論文賞

ギ酸脱水素酵素と亜鉛ポルフィリンを用いた可視光による炭酸水素イオンからのギ酸合成反応

宮谷 理恵殿+1),天尾 豊殿(大分大学)

 二酸化炭素を原料とした有機合成プロセスの確立は重要課題である。本研究では,可視光エネルギーと酵素反応とを駆動力とし二酸化炭素を原料とした有機合成プロセスの確立を目指し,ギ酸脱水素酵素による炭酸水素イオンのギ酸への変換反応と水溶性亜鉛ポルフィリンの光増感作用によるメチルビオローゲンの光還元反応とを組み合わせた可視光によるギ酸合成系を構築している。

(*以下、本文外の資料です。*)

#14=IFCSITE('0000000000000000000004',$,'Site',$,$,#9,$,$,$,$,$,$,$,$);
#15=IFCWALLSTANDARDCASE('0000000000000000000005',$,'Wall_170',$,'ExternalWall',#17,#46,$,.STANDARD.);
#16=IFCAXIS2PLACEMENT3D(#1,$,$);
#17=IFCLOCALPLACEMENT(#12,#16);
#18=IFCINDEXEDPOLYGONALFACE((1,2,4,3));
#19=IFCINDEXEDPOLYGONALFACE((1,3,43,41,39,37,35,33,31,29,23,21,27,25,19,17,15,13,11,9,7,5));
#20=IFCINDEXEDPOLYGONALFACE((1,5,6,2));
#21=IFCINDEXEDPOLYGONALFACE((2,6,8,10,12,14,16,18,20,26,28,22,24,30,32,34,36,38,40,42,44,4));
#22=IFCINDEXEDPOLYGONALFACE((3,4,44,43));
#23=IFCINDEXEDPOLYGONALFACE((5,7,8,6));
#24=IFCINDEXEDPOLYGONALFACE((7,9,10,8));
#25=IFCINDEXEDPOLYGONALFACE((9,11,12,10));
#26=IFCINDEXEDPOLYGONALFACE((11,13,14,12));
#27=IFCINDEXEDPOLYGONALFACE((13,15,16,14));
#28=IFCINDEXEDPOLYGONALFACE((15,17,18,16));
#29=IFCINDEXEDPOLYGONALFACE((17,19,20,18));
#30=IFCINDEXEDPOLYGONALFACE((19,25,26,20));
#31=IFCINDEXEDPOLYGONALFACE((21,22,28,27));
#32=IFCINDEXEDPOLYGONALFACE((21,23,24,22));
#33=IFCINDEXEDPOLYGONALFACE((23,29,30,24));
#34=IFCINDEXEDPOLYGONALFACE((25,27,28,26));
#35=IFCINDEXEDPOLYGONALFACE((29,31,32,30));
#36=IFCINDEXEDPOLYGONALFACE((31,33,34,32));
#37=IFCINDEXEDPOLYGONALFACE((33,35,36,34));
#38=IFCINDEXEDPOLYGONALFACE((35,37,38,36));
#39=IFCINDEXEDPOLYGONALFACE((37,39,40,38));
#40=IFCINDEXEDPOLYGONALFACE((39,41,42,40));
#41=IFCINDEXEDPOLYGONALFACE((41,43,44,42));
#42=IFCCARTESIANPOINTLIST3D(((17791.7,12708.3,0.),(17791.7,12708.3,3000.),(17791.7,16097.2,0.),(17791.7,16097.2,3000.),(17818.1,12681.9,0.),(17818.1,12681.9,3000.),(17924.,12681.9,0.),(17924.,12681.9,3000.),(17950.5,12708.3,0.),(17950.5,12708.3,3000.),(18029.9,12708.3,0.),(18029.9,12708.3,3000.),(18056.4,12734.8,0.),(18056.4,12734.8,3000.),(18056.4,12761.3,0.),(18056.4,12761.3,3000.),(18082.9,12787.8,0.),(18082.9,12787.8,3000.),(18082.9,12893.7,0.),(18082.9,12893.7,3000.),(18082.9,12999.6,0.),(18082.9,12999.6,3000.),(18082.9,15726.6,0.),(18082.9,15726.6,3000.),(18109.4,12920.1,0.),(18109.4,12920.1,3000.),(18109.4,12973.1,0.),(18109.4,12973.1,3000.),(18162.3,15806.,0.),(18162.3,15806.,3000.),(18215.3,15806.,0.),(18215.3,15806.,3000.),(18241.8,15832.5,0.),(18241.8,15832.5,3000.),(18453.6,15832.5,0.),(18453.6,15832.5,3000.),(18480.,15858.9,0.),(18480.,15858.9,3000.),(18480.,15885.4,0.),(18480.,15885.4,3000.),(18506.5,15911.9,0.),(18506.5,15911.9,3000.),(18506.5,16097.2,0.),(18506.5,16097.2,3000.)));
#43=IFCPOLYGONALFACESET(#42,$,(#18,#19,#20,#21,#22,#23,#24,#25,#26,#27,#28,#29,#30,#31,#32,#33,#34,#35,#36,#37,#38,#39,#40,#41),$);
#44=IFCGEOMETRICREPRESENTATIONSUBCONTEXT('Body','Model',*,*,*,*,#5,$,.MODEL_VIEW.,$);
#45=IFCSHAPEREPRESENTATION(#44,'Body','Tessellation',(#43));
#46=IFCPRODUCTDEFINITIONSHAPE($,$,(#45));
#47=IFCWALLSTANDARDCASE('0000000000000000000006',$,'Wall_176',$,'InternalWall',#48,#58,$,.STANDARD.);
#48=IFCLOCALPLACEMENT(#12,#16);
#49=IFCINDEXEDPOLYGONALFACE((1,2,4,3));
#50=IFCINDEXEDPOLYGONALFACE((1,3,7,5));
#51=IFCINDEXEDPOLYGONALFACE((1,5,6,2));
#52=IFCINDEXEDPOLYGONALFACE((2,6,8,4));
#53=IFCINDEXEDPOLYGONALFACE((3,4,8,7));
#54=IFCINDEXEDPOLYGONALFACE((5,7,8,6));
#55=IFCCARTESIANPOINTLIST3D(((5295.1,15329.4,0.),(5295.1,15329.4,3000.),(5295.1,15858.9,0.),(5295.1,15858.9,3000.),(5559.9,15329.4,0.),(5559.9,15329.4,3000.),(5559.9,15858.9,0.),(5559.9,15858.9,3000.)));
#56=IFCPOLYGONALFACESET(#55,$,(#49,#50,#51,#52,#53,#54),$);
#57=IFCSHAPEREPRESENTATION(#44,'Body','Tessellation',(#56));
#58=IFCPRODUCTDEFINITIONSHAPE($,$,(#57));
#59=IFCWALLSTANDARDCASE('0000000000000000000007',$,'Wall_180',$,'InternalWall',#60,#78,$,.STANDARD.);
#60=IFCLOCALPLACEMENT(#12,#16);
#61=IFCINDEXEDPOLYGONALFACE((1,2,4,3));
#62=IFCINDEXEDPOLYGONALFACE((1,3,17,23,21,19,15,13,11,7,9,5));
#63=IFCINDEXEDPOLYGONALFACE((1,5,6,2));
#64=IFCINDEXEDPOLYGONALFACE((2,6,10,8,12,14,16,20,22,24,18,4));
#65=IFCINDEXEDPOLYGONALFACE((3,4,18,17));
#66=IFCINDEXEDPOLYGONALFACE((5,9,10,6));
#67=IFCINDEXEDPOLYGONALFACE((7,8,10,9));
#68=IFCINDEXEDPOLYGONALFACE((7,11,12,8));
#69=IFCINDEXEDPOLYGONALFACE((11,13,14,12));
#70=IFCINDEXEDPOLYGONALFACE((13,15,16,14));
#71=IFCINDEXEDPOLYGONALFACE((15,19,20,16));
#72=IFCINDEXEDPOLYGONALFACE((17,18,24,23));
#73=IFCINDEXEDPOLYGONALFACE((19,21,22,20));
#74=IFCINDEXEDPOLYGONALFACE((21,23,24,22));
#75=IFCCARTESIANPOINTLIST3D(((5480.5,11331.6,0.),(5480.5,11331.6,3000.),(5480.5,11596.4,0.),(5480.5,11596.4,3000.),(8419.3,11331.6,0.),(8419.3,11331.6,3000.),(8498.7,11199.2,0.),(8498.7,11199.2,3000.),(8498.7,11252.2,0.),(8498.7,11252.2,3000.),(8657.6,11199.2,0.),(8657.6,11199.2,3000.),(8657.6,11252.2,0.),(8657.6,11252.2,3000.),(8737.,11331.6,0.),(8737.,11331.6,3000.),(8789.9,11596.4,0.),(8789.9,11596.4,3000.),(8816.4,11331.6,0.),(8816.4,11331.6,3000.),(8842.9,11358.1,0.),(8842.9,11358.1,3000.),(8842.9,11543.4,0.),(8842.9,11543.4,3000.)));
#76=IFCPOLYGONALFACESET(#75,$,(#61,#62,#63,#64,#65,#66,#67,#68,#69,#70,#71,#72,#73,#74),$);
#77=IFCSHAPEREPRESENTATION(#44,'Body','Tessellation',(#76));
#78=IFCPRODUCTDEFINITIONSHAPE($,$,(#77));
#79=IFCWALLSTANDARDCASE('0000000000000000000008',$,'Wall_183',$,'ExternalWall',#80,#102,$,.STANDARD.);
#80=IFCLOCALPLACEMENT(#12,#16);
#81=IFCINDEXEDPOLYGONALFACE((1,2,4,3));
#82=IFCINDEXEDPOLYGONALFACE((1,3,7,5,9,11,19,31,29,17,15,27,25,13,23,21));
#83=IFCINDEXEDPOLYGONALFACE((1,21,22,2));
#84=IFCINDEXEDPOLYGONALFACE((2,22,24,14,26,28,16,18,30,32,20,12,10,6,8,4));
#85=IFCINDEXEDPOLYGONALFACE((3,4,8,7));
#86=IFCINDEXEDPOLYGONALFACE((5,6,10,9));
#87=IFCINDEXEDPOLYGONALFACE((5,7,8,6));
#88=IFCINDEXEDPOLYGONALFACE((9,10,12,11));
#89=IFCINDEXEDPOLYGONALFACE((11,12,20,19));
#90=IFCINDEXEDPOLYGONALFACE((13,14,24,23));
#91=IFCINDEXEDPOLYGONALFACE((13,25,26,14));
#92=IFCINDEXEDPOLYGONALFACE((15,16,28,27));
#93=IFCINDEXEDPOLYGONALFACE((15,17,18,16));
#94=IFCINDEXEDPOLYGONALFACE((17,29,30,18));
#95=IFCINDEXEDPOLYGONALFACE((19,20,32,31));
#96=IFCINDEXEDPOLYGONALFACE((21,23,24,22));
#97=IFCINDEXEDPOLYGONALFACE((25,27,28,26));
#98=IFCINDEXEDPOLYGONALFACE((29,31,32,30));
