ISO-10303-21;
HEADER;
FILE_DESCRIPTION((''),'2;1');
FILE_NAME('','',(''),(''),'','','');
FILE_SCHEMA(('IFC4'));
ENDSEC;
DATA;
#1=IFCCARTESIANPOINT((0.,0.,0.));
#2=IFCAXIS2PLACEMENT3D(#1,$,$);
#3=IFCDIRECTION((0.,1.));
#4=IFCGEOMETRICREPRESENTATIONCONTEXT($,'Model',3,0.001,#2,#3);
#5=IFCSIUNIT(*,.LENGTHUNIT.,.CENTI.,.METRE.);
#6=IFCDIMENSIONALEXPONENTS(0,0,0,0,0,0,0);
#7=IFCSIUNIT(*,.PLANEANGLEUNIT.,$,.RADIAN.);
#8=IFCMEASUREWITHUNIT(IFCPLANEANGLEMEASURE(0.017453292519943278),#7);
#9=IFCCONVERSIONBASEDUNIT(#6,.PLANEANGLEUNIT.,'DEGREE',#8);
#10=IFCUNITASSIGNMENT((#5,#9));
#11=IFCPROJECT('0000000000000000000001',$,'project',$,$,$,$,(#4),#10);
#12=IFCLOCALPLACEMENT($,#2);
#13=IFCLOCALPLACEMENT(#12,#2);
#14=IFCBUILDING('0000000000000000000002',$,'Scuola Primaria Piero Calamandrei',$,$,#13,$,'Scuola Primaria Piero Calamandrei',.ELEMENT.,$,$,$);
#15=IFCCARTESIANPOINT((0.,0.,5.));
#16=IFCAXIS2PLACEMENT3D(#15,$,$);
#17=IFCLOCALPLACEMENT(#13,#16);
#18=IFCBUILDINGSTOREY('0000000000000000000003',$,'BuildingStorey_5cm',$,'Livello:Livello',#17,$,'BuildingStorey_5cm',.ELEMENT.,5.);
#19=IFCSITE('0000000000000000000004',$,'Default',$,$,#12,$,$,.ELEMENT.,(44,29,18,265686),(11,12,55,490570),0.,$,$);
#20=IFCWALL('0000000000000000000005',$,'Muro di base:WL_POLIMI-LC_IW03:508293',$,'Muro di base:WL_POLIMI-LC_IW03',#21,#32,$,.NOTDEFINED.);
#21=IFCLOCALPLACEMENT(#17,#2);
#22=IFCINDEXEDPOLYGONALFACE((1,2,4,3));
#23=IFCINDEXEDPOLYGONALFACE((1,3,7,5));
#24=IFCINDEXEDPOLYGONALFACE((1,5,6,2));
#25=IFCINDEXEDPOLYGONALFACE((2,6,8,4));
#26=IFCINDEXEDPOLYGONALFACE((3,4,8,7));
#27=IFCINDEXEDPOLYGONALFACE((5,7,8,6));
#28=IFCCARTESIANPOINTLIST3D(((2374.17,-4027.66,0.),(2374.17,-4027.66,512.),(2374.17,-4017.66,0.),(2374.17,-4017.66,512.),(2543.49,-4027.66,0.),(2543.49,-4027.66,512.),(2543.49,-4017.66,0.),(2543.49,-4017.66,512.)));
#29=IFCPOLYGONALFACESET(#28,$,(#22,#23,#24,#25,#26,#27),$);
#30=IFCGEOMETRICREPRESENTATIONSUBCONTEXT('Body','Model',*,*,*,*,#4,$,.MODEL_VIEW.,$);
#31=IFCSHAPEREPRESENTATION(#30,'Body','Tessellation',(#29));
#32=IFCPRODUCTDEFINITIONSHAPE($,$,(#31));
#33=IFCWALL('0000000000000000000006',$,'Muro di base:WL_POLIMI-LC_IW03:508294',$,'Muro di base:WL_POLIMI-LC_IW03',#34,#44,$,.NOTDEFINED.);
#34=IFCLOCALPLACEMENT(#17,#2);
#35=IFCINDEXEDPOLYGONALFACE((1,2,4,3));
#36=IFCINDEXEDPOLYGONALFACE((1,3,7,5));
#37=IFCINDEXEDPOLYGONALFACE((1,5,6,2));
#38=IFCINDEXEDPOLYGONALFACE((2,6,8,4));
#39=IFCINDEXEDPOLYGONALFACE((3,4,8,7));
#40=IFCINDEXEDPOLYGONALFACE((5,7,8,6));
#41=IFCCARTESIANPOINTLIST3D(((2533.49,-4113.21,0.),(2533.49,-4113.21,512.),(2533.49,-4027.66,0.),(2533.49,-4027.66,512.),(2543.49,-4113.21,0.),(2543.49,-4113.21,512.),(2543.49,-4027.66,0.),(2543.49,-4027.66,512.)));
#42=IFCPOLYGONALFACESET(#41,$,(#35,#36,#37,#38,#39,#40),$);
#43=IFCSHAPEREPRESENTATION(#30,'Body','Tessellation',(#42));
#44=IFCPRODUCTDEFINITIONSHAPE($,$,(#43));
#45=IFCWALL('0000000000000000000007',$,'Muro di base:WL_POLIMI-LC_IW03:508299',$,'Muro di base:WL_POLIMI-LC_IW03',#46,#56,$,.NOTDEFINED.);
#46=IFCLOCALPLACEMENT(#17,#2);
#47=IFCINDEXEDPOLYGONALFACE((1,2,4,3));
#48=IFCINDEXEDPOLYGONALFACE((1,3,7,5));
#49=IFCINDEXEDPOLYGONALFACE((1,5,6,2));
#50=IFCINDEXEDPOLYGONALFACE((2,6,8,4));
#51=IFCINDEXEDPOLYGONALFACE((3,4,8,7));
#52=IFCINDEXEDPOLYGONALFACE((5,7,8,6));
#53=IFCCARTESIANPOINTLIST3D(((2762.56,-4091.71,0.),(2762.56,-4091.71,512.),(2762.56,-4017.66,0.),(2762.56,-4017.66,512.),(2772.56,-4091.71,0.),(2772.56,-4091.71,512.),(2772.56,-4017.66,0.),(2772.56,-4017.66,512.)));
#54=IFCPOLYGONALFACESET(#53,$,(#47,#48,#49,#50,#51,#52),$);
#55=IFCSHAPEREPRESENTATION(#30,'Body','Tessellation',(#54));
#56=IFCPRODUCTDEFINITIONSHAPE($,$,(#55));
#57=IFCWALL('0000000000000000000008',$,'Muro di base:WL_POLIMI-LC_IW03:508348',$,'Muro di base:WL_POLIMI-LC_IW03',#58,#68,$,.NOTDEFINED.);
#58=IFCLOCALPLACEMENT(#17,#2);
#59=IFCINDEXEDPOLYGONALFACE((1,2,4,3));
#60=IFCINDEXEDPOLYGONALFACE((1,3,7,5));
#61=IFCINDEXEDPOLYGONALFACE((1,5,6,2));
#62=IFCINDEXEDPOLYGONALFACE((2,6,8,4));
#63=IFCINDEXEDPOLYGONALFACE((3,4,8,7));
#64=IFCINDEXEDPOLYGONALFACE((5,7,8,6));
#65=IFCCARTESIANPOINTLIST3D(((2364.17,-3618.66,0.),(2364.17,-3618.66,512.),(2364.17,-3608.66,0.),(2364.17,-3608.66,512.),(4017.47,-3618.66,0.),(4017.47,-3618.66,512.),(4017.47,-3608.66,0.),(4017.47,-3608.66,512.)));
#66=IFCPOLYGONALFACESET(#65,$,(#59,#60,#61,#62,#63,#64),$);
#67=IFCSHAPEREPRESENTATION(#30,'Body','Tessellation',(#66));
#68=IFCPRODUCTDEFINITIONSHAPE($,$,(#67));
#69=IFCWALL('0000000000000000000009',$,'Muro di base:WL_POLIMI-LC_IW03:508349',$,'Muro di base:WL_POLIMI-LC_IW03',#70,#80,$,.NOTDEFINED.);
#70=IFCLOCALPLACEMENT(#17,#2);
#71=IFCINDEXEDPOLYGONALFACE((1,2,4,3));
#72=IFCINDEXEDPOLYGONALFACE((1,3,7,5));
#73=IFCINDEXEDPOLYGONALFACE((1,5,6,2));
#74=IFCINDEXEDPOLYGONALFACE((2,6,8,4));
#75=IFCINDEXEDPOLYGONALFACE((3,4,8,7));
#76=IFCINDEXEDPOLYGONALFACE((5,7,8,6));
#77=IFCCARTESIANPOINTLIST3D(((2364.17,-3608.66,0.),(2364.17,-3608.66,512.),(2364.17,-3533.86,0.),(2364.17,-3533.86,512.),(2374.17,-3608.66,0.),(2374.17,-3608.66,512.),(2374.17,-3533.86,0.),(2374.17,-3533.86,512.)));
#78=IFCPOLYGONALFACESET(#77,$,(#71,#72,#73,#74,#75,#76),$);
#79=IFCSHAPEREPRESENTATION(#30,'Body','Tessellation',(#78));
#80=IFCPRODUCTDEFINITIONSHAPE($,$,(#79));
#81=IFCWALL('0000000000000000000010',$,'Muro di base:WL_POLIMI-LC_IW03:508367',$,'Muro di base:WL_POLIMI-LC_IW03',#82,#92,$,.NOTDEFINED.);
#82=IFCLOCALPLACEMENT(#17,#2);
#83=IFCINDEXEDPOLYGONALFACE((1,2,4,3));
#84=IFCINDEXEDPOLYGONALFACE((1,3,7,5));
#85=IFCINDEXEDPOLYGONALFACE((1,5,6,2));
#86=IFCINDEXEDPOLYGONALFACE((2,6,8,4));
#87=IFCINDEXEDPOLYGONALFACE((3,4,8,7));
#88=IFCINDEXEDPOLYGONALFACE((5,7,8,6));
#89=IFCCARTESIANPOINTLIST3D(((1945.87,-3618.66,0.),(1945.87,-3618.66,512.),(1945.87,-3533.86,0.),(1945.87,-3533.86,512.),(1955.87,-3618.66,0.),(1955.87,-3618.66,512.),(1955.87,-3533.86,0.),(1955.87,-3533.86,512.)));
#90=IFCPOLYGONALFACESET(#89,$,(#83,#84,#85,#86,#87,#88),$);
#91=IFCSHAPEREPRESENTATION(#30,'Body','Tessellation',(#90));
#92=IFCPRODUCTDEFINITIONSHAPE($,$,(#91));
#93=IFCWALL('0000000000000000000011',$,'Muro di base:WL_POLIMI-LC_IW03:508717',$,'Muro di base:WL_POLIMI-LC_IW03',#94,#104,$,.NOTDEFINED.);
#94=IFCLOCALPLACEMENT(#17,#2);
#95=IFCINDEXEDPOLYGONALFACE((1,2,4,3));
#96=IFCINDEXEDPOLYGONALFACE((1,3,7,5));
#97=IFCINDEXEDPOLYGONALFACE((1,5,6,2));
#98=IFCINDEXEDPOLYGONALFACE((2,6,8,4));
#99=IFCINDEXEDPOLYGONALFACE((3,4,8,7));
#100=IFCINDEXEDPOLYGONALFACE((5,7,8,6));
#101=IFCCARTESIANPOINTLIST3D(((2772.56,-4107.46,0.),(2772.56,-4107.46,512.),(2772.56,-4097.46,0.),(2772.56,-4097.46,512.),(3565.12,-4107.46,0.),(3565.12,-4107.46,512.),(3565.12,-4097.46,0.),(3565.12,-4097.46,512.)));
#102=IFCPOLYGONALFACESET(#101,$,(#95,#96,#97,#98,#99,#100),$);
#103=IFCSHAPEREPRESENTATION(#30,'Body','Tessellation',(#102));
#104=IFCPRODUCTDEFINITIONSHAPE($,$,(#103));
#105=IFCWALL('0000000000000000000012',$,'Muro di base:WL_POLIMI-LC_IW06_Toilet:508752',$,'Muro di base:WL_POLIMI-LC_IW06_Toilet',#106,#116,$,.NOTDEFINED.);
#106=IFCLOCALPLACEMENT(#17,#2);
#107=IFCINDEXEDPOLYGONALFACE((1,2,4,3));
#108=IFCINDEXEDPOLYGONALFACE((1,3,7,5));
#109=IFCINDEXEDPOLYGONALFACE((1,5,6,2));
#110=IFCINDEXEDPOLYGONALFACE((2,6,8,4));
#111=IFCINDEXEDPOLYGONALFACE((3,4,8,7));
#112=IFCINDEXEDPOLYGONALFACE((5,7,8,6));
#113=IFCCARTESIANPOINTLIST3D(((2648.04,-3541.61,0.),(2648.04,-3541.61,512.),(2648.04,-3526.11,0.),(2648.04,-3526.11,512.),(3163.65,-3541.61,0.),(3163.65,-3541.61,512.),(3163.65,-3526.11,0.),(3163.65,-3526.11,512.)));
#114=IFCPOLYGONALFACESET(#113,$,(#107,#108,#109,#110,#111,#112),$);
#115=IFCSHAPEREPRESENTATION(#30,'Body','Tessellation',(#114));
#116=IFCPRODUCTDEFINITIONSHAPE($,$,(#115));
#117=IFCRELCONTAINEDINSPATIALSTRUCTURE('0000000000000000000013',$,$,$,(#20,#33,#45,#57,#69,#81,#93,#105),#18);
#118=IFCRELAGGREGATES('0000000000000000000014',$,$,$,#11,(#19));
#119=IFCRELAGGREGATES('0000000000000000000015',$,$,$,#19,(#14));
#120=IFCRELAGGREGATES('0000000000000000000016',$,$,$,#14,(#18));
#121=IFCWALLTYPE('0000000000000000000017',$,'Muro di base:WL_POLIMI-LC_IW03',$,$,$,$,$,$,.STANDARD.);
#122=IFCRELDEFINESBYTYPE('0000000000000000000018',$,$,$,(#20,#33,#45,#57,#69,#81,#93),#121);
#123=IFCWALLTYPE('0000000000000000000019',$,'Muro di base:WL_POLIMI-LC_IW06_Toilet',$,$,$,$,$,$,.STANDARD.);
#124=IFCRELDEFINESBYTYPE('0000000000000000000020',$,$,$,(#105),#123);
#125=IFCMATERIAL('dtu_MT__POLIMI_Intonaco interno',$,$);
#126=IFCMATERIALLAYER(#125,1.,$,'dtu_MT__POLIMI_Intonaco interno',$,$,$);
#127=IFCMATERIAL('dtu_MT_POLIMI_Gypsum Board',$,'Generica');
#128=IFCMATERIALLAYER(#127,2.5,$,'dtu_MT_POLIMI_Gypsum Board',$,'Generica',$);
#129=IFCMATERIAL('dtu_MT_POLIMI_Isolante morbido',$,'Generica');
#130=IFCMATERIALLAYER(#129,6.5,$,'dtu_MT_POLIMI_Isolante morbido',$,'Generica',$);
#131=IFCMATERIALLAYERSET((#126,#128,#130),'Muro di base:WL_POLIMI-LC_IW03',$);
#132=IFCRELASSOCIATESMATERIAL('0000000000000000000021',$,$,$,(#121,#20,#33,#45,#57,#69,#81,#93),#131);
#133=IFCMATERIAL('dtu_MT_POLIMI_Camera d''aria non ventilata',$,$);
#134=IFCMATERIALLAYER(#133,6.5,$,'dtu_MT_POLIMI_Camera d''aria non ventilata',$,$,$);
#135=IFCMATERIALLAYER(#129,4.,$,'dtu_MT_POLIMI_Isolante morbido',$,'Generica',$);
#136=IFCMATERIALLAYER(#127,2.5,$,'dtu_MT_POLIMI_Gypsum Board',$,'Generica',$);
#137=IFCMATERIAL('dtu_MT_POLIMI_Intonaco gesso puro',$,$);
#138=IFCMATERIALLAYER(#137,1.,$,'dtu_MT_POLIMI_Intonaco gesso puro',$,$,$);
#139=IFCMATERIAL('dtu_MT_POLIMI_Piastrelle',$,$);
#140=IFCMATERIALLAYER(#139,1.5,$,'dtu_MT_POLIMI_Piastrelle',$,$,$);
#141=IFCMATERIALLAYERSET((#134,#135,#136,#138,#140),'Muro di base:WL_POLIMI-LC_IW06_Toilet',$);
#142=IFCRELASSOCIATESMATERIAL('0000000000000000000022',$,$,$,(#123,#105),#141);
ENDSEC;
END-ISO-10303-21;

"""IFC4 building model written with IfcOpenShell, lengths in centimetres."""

from ifc_helpers import new_model, entity, si_unit, converted_unit, direction, frame, frame_2d, origin, place, context, subcontext, project, spatial, rectangle, extrude, material, layer, layer_set, layer_usage, type_object, element, save


model = new_model("IFC4")

# Units and contexts
model_context = context("Model", 3, precision=0.001, world=origin(), true_north=direction((0.0, 1.0)))
body_context = subcontext(model_context, "Body", "Model", "MODEL_VIEW")
ifc_project = project(units=[si_unit("LENGTHUNIT", "METRE", prefix="CENTI"), converted_unit("PLANEANGLEUNIT", "DEGREE", entity("IfcPlaneAngleMeasure", 0.017453292519943278), si_unit("PLANEANGLEUNIT", "RADIAN"), dimensions=[0, 0, 0, 0, 0, 0, 0])], contexts=[model_context])

# Site, building, storey
site_placement = place(None, origin())
site = spatial("IfcSite", under=ifc_project, at=site_placement, Name="Default", CompositionType="ELEMENT", RefLatitude=(44, 29, 18, 265686), RefLongitude=(11, 12, 55, 490570), RefElevation=0.0)
building_placement = place(site_placement, origin())
building = spatial("IfcBuilding", under=site, at=building_placement, Name="Scuola Primaria Piero Calamandrei", LongName="Scuola Primaria Piero Calamandrei", CompositionType="ELEMENT")
storey_placement = place(building_placement, frame((0.0, 0.0, 5.0)))
storey = spatial("IfcBuildingStorey", under=building, at=storey_placement, Name="BuildingStorey_5cm", ObjectType="Livello:Livello", LongName="BuildingStorey_5cm", CompositionType="ELEMENT", Elevation=5.0)

# Shared definitions
ifc_material_1 = material(Name="dtu_MT_POLIMI_Isolante morbido", Category="Generica")
ifc_material_2 = material(Name="dtu_MT_POLIMI_Gypsum Board", Category="Generica")
ifc_material_3 = material(Name="dtu_MT__POLIMI_Intonaco interno")
ifc_material_4 = material(Name="dtu_MT_POLIMI_Camera d'aria non ventilata")
ifc_material_5 = material(Name="dtu_MT_POLIMI_Intonaco gesso puro")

具体的には,電子供与体であるトリエタノールアミン,亜鉛テトラキス(4-メチルピリジル)ポルフィリン,メチルビオローゲンおよびギ酸脱水素酵素からなる系を用いている。この反応系では,水中に二酸化炭素が溶解していることを想定し,気体の二酸化炭素の代わりに炭酸水素ナトリウムを原料としている。反応系にタングステンランプからの可視光を照射すると光照射時間とともに定常的にギ酸が生成することを見出している。さらに,反応条件を最適化することにより,ギ酸生成量を大幅に増加することに成功している。生成量の向上にさらなる努力を必要とするが,新しい反応系を見出している点は高く評価できる。

 本論文は,ギ酸脱水素酵素と亜鉛ポルフィリンを用いることで,可視光による炭酸水素イオンからのギ酸合成反応系の構築に成功しているものであり,今後の二酸化炭素を原料とした有機合成プロセスの確立に向けての有意義な基礎研究となっている。

 以上の点から,本論文は本会表彰規程第6条に該当するものと認められる。

 

[対象論文] J. Jpn. Petrol. Inst., 47,(1), 27(2004).